Wanneer een resultaatset wordt geproduceerd door verschillende tabellen samen te voegen, inclusief hoofdtabellen die worden gebruikt om volledige tekstbeschrijvingen van numerieke identificatiecodes op te zoeken (een opzoektabel), een NULL-waarde in een van de externe sleutels kan ertoe leiden dat de hele rij uit de resultatenset wordt verwijderd, zonder indicatie van fouten. Een complexe SQL-query die een of meer inner joins en meerdere outer joins bevat, heeft hetzelfde risico voor NULL-waarden in de innerlijke join-linkkolommen.

Een toewijding aan SQL-code die inner joins bevat, gaat ervan uit dat NULL-join-kolommen niet worden geïntroduceerd door toekomstige wijzigingen, inclusief updates van leveranciers, ontwerpwijzigingen en bulkverwerking buiten de gegevensvalidatieregels van de applicatie, zoals dataconversies, migraties, bulkimporten en samenvoegingen.
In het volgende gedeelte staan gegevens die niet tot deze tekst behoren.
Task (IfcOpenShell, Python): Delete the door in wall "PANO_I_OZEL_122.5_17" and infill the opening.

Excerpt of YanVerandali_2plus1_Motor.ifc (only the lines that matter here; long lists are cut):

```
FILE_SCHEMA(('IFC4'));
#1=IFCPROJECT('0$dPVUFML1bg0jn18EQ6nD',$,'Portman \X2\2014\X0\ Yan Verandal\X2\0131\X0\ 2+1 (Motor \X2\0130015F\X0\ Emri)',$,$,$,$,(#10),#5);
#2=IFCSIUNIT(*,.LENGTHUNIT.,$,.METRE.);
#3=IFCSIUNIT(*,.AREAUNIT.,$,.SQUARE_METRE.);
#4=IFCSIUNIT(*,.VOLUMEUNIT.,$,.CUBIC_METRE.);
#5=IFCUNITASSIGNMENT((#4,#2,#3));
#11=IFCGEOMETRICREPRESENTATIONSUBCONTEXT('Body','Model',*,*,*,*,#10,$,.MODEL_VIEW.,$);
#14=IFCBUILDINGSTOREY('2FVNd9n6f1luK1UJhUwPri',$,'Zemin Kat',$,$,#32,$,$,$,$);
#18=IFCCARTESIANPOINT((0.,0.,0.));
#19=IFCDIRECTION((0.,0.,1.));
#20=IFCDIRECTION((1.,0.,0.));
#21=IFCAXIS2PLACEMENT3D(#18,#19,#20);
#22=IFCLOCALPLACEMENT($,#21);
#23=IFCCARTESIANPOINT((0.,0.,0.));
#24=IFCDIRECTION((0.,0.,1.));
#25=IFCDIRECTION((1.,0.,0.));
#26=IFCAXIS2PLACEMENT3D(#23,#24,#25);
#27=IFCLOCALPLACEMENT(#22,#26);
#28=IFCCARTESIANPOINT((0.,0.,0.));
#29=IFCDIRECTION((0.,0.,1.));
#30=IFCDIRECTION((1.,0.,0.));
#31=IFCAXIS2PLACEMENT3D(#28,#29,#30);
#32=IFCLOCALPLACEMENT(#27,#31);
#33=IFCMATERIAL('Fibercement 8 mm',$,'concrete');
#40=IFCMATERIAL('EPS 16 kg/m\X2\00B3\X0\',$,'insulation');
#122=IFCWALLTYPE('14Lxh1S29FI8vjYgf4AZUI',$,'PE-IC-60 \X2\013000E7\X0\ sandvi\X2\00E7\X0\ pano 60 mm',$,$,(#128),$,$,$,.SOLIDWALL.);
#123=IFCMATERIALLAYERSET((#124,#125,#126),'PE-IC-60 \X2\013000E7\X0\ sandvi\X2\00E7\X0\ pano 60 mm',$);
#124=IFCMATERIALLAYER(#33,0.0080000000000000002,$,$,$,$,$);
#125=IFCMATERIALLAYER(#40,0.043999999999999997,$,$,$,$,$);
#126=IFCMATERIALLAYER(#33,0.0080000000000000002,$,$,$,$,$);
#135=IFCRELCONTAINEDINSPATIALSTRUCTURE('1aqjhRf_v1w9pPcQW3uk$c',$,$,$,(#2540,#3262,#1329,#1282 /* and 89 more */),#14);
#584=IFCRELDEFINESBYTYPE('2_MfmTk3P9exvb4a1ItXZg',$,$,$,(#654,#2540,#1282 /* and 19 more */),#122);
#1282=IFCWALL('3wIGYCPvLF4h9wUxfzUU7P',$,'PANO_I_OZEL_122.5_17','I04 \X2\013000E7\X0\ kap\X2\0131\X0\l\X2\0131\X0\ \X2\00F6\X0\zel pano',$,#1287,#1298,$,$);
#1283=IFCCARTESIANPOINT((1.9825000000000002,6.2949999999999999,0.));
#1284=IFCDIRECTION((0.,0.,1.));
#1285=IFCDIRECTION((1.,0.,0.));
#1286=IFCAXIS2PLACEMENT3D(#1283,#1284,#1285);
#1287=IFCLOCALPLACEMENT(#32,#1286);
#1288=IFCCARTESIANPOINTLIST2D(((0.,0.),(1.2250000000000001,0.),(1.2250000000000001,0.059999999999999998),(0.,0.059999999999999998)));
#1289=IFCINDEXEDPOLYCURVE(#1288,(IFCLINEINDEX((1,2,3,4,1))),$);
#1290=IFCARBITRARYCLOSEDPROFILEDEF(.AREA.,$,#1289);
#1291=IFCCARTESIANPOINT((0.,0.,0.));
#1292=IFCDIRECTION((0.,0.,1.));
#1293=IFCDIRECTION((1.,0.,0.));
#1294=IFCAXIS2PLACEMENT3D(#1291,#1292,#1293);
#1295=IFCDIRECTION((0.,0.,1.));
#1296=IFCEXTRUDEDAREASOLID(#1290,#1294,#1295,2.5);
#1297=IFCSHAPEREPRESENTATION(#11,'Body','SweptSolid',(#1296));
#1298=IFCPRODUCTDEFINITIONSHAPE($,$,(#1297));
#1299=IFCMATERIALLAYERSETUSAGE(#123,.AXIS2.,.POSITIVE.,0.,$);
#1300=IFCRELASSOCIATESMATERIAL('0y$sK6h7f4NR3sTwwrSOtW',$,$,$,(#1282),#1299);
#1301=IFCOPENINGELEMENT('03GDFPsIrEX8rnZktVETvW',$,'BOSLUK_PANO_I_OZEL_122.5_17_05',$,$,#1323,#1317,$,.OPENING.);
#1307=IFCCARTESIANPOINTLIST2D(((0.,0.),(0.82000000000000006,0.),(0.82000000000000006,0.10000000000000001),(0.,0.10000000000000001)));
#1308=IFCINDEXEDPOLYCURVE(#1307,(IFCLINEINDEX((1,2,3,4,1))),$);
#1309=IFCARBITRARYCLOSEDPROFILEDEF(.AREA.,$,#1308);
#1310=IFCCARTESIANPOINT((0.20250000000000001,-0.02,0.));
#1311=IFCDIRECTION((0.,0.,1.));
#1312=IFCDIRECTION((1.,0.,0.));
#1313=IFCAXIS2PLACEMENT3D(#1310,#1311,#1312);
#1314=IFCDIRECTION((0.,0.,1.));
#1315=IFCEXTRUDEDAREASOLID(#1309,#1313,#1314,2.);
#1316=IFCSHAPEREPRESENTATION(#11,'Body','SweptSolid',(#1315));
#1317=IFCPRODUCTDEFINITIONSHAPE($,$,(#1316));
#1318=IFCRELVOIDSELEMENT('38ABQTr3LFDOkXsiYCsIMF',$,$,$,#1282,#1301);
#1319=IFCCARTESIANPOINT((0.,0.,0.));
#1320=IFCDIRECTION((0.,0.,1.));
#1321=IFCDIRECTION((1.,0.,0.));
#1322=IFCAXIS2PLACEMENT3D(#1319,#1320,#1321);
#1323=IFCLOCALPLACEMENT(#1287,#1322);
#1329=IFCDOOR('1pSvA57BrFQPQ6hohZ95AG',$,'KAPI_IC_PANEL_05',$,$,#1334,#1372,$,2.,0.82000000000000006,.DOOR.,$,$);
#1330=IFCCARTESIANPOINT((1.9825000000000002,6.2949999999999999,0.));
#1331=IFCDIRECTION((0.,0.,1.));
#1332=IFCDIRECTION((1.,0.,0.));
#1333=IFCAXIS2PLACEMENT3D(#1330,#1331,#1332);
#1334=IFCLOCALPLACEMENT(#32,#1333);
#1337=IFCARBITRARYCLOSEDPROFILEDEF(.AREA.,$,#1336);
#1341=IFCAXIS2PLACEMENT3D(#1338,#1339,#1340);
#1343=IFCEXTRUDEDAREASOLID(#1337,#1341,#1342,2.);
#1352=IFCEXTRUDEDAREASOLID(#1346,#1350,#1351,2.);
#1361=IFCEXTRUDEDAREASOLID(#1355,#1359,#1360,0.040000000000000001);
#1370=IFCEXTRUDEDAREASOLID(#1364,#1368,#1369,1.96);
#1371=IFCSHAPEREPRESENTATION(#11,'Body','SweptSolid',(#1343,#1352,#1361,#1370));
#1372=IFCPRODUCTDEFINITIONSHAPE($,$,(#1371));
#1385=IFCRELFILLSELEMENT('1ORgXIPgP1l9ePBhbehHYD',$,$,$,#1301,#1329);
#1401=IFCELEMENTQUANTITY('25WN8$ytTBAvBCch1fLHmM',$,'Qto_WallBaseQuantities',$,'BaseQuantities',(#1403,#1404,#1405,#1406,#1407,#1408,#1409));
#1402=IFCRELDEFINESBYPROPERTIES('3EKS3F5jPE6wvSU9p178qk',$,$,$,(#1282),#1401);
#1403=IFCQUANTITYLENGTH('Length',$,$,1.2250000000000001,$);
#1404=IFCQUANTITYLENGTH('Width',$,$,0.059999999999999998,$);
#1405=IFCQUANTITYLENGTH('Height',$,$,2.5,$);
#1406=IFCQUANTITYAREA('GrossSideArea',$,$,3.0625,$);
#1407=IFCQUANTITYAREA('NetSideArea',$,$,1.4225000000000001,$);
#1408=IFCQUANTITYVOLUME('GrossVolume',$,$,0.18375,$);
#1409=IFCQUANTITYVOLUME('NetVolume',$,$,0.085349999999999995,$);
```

```python
import ifcopenshell
import ifcopenshell.api.feature
import ifcopenshell.api.pset
import ifcopenshell.api.root
import ifcopenshell.geom
import ifcopenshell.util.element
import ifcopenshell.util.shape
import ifcopenshell.util.unit

model = ifcopenshell.open("YanVerandali_2plus1_Motor.ifc")
area_scale = ifcopenshell.util.unit.calculate_unit_scale(model, "AREAUNIT")
volume_scale = ifcopenshell.util.unit.calculate_unit_scale(model, "VOLUMEUNIT")
settings = ifcopenshell.geom.settings()


def volume(element):
    """Net volume in cubic metres, openings subtracted."""
    shape = ifcopenshell.geom.create_shape(settings, element)
    return ifcopenshell.util.shape.get_volume(shape.geometry)


door = model.by_guid("1pSvA57BrFQPQ6hohZ95AG")
opening = door.FillsVoids[0].RelatingOpeningElement
wall = opening.VoidsElements[0].RelatingBuildingElement
before = volume(wall)

ifcopenshell.api.root.remove_product(model, product=door)
ifcopenshell.api.feature.remove_feature(model, feature=opening)

after = volume(wall)
thickness = 0.06  # wall thickness in metres

# Update the wall's stored quantities.
qto = model.by_id(ifcopenshell.util.element.get_pset(wall, "Qto_WallBaseQuantities", should_inherit=False)["id"])
ifcopenshell.api.pset.edit_qto(model, qto=qto, properties={
    "NetSideArea": after / thickness / area_scale,
    "NetVolume": after / volume_scale,
})

print(f"wall volume {before:.3f} -> {after:.3f} m3")

model.write("YanVerandali_2plus1_Motor_updated.ifc")
```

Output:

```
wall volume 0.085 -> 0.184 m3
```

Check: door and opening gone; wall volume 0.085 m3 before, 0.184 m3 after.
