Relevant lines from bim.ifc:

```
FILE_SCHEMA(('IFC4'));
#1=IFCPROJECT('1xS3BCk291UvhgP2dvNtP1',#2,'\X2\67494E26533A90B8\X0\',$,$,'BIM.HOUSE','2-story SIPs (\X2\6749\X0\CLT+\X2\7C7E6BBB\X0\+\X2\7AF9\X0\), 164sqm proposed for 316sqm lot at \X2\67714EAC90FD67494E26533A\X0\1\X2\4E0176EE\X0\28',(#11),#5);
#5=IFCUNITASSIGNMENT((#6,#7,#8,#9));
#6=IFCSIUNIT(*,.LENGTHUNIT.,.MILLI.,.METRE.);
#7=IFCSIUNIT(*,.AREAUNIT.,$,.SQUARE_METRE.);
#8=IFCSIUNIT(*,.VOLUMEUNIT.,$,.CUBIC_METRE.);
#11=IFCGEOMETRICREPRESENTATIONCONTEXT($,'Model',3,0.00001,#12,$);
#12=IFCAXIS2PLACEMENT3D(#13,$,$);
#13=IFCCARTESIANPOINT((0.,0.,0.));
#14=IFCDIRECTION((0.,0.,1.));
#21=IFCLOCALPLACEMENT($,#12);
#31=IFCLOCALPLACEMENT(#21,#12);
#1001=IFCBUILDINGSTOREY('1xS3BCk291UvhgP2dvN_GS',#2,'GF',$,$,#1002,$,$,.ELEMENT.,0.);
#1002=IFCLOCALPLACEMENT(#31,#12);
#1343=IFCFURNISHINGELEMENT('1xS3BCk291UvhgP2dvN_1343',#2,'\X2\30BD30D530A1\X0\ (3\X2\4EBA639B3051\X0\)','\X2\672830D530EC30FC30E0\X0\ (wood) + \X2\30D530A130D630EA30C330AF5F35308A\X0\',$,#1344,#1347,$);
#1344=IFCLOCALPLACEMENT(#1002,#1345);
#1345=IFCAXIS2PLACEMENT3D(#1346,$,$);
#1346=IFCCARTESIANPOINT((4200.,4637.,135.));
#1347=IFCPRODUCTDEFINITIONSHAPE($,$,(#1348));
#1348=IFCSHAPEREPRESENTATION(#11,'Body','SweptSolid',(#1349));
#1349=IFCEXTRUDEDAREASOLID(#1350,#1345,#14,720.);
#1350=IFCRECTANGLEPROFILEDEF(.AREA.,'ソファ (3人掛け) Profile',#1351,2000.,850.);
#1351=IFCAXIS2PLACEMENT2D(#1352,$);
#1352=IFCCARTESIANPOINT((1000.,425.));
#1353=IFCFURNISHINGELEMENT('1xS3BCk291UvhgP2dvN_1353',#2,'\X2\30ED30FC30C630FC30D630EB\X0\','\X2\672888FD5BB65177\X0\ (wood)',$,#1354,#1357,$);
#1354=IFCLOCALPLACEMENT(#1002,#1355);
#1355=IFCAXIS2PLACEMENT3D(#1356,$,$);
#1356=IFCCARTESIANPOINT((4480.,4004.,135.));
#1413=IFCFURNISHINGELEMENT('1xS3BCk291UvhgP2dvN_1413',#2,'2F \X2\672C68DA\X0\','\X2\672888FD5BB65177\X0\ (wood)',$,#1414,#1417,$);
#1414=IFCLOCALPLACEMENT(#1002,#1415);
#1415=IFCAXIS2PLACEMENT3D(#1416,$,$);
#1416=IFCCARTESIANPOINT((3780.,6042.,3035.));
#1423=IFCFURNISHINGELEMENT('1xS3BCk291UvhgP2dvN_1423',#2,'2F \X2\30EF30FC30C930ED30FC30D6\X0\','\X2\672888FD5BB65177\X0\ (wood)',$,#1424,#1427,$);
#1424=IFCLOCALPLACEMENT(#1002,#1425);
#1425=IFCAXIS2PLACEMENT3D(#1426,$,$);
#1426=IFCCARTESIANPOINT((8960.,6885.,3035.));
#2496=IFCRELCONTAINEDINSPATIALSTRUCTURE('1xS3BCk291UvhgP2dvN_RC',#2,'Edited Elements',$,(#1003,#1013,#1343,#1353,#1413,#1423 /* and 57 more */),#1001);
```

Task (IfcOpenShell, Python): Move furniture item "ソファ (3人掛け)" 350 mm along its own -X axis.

```python
import ifcopenshell
import ifcopenshell.api.geometry
import ifcopenshell.util.placement
import ifcopenshell.util.unit

model = ifcopenshell.open("bim.ifc")
unit_scale = ifcopenshell.util.unit.calculate_unit_scale(model)

item = model.by_guid("1xS3BCk291UvhgP2dvN_1343")
matrix = ifcopenshell.util.placement.get_local_placement(item.ObjectPlacement)
matrix[:3, 3] -= matrix[:3, 0] * 0.35 / unit_scale
ifcopenshell.api.geometry.edit_object_placement(model, product=item, matrix=matrix, is_si=False)

print(ifcopenshell.util.placement.get_local_placement(item.ObjectPlacement).round(3) + 0.0)

model.write("bim-out.ifc")
```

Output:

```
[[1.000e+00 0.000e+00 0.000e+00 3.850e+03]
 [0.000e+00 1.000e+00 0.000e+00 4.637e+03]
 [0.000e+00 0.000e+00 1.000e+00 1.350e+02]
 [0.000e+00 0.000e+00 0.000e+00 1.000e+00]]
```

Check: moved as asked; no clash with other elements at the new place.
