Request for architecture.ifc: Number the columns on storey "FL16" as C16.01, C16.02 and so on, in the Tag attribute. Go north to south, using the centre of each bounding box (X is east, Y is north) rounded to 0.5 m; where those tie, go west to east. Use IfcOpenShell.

First a look at what the model holds.

```python
import ifcopenshell
import ifcopenshell.util.element
import ifcopenshell.util.placement

model = ifcopenshell.open("architecture.ifc")
print(model.schema)
storey = next(s for s in model.by_type("IfcBuildingStorey") if s.Name == "FL16")
columns = [e for e in ifcopenshell.util.element.get_decomposition(storey) if e.is_a("IfcColumn")]
for e in sorted(columns, key=lambda e: e.id()):
    origin = ifcopenshell.util.placement.get_local_placement(e.ObjectPlacement)[:3, 3]
    print(e.id(), e.Tag, e.Name, origin.round(2) + 0.0, sep=" | ")
```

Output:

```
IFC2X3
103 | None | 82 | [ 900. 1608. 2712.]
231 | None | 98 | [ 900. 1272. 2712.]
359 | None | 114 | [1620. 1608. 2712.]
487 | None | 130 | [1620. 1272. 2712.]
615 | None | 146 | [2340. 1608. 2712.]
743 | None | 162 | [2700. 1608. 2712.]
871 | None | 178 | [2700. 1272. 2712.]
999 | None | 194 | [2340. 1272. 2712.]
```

```python
import ifcopenshell
import ifcopenshell.geom
import ifcopenshell.util.element
import ifcopenshell.util.shape

model = ifcopenshell.open("architecture.ifc")
settings = ifcopenshell.geom.settings()
settings.set("use-world-coords", True)


def centre(element):
    shape = ifcopenshell.geom.create_shape(settings, element)
    return ifcopenshell.util.shape.get_bbox_centroid(shape.geometry)


storey = next(s for s in model.by_type("IfcBuildingStorey") if s.Name == "FL16")
columns = [e for e in ifcopenshell.util.element.get_decomposition(storey) if e.is_a("IfcColumn")]

# Insertion points can sit at a corner or the storey origin, so sort by the geometry (in metres).
centres = {e: centre(e) for e in columns}
columns.sort(key=lambda e: (-round(centres[e][1] / 0.5), centres[e][0]))

for i, e in enumerate(columns, start=1):
    number = f"C16.{i:02d}"
    e.Tag = number
    print(e.id(), number)

model.write("architecture_updated.ifc")
```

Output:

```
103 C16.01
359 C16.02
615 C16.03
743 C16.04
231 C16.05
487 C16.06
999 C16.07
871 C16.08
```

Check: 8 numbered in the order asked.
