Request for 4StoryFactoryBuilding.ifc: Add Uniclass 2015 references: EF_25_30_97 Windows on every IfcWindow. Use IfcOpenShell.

First a look at what the model holds.

```python
import ifcopenshell

model = ifcopenshell.open("4StoryFactoryBuilding.ifc")
print(model.schema)
print("classifications:", [c.Name for c in model.by_type("IfcClassification")])
for ifc_class in ("IfcDoor", "IfcRoof", "IfcStair", "IfcWall", "IfcWindow"):
    print(ifc_class, len(model.by_type(ifc_class)))
```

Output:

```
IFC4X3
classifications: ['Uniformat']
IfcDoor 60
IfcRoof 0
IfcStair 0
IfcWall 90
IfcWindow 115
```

```python
import ifcopenshell
import ifcopenshell.api.classification

model = ifcopenshell.open("4StoryFactoryBuilding.ifc")

system = ifcopenshell.api.classification.add_classification(model, classification="Uniclass 2015")

codes = {
    "IfcWindow": ("EF_25_30_97", "Windows"),
}
for ifc_class, (code, name) in codes.items():
    products = model.by_type(ifc_class)
    ifcopenshell.api.classification.add_reference(
        model, products=products, classification=system, identification=code, name=name
    )
    print(code, len(products))

model.write("4StoryFactoryBuilding_edited.ifc")
```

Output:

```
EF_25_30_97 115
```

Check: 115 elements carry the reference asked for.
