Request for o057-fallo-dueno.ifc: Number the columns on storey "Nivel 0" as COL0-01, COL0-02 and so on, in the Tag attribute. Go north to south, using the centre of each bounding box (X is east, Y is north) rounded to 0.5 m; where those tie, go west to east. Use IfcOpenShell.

First a look at what the model holds.

```python
import ifcopenshell
import ifcopenshell.util.element
import ifcopenshell.util.placement

model = ifcopenshell.open("o057-fallo-dueno.ifc")
print(model.schema)
storey = next(s for s in model.by_type("IfcBuildingStorey") if s.Name == "Nivel 0")
columns = [e for e in ifcopenshell.util.element.get_decomposition(storey) if e.is_a("IfcColumn")]
for e in sorted(columns, key=lambda e: e.id()):
    origin = ifcopenshell.util.placement.get_local_placement(e.ObjectPlacement)[:3, 3]
    print(e.id(), e.Tag, e.Name, origin.round(2) + 0.0, sep=" | ")
```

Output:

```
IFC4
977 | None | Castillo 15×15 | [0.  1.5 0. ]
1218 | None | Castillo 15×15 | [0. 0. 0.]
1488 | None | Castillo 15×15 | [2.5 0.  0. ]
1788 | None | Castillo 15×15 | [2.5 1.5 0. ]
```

```python
import ifcopenshell
import ifcopenshell.geom
import ifcopenshell.util.element
import ifcopenshell.util.shape

model = ifcopenshell.open("o057-fallo-dueno.ifc")
settings = ifcopenshell.geom.settings()
settings.set("use-world-coords", True)


def centre(element):
    shape = ifcopenshell.geom.create_shape(settings, element)
    return ifcopenshell.util.shape.get_bbox_centroid(shape.geometry)


storey = next(s for s in model.by_type("IfcBuildingStorey") if s.Name == "Nivel 0")
columns = [e for e in ifcopenshell.util.element.get_decomposition(storey) if e.is_a("IfcColumn")]

# Insertion points can sit at a corner or the storey origin, so sort by the geometry (in metres).
centres = {e: centre(e) for e in columns}
columns.sort(key=lambda e: (-round(centres[e][1] / 0.5), centres[e][0]))

for i, e in enumerate(columns, start=1):
    number = f"COL0-{i:02d}"
    e.Tag = number
    print(e.id(), number)

model.write("o057-fallo-dueno_rev.ifc")
```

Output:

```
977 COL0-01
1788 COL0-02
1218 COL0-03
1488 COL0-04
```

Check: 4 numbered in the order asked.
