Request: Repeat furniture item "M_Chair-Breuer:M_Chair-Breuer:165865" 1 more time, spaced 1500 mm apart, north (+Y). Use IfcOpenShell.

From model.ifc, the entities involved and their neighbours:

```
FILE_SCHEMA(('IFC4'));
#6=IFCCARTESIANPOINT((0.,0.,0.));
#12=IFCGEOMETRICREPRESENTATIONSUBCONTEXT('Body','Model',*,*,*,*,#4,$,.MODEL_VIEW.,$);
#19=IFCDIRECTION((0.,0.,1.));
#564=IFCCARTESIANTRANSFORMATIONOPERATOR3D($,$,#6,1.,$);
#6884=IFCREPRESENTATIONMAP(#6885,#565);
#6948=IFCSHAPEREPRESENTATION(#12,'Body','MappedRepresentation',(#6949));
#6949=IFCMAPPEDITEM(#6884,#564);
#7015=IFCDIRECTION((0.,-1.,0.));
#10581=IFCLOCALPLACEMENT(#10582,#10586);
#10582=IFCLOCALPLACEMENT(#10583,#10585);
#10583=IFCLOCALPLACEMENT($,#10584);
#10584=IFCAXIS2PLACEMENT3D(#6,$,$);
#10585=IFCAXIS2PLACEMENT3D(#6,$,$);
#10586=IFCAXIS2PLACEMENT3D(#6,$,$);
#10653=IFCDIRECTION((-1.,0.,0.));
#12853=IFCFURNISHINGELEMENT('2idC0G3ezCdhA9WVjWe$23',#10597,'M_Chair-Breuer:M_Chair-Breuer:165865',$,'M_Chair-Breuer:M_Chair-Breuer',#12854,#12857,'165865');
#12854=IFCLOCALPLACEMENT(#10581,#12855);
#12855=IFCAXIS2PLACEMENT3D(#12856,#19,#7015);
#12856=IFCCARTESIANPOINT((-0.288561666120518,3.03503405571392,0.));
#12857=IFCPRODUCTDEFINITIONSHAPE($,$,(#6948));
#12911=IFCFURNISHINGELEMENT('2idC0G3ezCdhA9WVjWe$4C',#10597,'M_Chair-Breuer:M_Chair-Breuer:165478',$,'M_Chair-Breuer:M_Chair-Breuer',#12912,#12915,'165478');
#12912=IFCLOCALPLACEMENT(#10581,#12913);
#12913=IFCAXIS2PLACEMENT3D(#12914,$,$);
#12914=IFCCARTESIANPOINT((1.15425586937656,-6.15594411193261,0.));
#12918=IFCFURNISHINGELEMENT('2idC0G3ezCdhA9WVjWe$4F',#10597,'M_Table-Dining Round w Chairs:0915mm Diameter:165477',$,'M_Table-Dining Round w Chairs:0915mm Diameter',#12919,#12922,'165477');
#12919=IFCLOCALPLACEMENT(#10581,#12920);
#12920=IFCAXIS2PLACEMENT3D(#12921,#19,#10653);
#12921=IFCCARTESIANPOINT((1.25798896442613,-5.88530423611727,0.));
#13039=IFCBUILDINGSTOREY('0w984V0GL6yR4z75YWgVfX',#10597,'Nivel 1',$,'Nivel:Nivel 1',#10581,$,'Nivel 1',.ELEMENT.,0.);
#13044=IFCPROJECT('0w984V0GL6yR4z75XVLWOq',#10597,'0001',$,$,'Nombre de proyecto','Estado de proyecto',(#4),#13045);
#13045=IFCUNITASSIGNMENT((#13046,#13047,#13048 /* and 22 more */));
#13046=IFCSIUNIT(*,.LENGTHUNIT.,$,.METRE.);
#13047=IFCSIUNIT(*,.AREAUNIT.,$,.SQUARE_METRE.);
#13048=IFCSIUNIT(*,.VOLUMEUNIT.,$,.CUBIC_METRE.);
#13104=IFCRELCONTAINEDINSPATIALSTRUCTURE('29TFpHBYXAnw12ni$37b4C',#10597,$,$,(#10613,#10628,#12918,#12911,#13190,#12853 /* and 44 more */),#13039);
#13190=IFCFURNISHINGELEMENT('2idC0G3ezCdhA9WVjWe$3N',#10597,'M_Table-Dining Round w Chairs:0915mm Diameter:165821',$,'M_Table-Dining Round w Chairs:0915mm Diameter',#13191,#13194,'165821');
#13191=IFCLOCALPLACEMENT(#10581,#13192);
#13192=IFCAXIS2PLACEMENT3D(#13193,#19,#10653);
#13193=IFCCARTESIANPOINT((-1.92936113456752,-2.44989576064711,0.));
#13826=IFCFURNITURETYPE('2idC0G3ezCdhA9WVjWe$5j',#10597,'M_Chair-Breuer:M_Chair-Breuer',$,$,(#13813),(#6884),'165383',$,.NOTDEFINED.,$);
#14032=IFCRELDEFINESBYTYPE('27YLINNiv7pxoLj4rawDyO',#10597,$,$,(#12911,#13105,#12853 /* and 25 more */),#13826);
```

```python
import numpy as np
import ifcopenshell
import ifcopenshell.api.geometry
import ifcopenshell.api.root
import ifcopenshell.util.element
import ifcopenshell.util.placement

model = ifcopenshell.open("model.ifc")


def reuse_history(source, copy):
    """copy_class also copies each property set's owner history, people and application; keep the originals."""
    for rel in copy.IsDefinedBy:
        if rel.is_a("IfcRelDefinesByProperties") and (history := rel.RelatingPropertyDefinition.OwnerHistory):
            rel.RelatingPropertyDefinition.OwnerHistory = source.OwnerHistory
            ifcopenshell.util.element.remove_deep2(model, history)


source = model.by_guid("2idC0G3ezCdhA9WVjWe$23")
base = ifcopenshell.util.placement.get_local_placement(source.ObjectPlacement)
step = np.array([0.0, 1.0, 0.0]) * 1.5

for i in range(1, 2):
    copy = ifcopenshell.api.root.copy_class(model, product=source)
    copy.Representation = ifcopenshell.util.element.copy_deep(
        model, source.Representation, exclude=["IfcGeometricRepresentationContext", "IfcRepresentationMap"]
    )
    copy.Name = "M_Chair-Breuer:M_Chair-Breuer"
    copy.Tag = None
    reuse_history(source, copy)
    matrix = base.copy()
    matrix[:3, 3] += i * step
    print("added at", matrix[:3, 3].round(3) + 0.0)
    ifcopenshell.api.geometry.edit_object_placement(model, product=copy, matrix=matrix, is_si=False)

model.write("model_edited.ifc")
```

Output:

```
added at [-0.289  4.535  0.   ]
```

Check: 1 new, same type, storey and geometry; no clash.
Men kan inner joins verder classificeren als equi-joins, als natuurlijke joins of als cross-joins.

Equi-joinEdit

Een equi-join is een specifiek type op comparator gebaseerde join, die alleen gelijkheidsvergelijkingen gebruikt in het join-predikaat. Het gebruik van andere vergelijkingsoperatoren (zoals <) diskwalificeert een join als een equi-join. De bovenstaande zoekopdracht geeft al een voorbeeld van een equi-join:

SELECT *FROM employee JOIN department ON employee.DepartmentID = department.DepartmentID;

We kunnen equi-join schrijven zoals hieronder,

SELECT *FROM employee, departmentWHERE employee.DepartmentID = department.DepartmentID;

Als co lumns in een equi-join hebben dezelfde naam, SQL-92 biedt een optionele verkorte notatie voor het uitdrukken van equi-joins, door middel van de USING constructie:

SELECT *FROM employee INNER JOIN department USING (DepartmentID);

De USING -constructie is echter meer dan louter syntactische suiker, aangezien de resultatenset verschilt van het resultaat set van de versie met het expliciete predikaat. In het bijzonder zullen alle kolommen die worden genoemd in de USING lijst slechts één keer verschijnen, met een niet-gekwalificeerde naam, in plaats van één keer voor elke tabel in de join. In het bovenstaande geval is er een enkele DepartmentID kolom en geen employee.DepartmentID of department.DepartmentID .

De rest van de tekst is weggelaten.